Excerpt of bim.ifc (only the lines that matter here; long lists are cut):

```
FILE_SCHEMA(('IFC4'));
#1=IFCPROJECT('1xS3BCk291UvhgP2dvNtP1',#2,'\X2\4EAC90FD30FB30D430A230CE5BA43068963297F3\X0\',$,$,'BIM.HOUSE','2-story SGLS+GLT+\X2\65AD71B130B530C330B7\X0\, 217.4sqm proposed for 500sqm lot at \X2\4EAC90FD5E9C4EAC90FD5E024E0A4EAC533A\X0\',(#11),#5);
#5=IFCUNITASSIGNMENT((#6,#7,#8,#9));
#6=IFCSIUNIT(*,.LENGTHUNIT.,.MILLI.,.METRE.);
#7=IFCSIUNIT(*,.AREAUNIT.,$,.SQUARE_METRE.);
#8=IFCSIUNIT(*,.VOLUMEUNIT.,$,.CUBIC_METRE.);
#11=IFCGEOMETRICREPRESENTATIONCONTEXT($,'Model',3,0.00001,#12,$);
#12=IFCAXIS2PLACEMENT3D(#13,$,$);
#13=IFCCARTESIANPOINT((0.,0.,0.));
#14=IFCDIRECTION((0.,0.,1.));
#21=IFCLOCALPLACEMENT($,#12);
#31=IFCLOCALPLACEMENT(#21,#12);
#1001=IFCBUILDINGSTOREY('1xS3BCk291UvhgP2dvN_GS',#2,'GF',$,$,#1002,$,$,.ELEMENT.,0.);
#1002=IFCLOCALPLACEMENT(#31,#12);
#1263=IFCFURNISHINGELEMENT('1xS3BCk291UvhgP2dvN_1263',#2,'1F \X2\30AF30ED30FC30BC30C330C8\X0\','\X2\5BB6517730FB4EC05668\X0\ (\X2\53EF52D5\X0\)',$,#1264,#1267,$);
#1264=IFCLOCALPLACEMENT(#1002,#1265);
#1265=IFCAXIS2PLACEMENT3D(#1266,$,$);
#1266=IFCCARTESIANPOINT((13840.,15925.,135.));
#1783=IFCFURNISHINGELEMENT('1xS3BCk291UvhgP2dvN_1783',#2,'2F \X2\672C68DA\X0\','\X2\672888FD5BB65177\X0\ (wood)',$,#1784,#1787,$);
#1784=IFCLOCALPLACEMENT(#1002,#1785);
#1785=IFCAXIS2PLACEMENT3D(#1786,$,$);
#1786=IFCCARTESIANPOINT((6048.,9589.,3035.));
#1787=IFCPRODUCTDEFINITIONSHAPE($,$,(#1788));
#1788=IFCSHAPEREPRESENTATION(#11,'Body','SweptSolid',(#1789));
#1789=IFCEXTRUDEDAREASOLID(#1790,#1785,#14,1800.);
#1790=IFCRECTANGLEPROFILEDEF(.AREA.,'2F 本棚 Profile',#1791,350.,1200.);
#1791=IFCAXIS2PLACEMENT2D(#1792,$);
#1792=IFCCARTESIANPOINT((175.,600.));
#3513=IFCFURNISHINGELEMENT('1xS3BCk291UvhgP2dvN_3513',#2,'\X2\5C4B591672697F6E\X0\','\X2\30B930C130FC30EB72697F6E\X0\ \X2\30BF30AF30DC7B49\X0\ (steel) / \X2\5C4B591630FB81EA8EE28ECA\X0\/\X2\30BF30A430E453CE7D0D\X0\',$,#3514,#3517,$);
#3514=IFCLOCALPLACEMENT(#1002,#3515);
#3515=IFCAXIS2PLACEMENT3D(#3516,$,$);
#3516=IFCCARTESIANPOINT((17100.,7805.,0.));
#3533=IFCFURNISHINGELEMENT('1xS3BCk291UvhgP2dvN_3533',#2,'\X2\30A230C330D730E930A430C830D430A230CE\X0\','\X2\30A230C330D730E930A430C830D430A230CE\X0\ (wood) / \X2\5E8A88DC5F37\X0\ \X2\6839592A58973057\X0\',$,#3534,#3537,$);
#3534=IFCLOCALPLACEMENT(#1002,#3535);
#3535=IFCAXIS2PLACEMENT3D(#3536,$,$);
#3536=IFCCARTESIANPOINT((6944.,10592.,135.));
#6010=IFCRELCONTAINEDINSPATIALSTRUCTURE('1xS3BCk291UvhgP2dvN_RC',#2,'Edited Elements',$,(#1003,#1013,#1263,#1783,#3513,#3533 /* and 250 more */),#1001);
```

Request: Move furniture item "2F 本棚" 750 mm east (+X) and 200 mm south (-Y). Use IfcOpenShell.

```python
import ifcopenshell
import ifcopenshell.api.geometry
import ifcopenshell.util.placement
import ifcopenshell.util.unit

model = ifcopenshell.open("bim.ifc")
unit_scale = ifcopenshell.util.unit.calculate_unit_scale(model)

item = model.by_guid("1xS3BCk291UvhgP2dvN_1783")
matrix = ifcopenshell.util.placement.get_local_placement(item.ObjectPlacement)
matrix[0, 3] += 0.75 / unit_scale
matrix[1, 3] -= 0.2 / unit_scale
ifcopenshell.api.geometry.edit_object_placement(model, product=item, matrix=matrix, is_si=False)

print(ifcopenshell.util.placement.get_local_placement(item.ObjectPlacement).round(3) + 0.0)

model.write("bim_updated.ifc")
```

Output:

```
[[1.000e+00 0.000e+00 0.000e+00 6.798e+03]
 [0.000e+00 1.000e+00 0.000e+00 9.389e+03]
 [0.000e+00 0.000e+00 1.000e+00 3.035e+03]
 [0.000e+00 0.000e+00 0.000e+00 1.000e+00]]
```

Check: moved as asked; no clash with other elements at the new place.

— DIRECTIONS —
For the string "IFCCARTESIANPOINT", report how many lines of the records contain it, giving the number only.

— SOLUTION TO THE PROBLEM —
6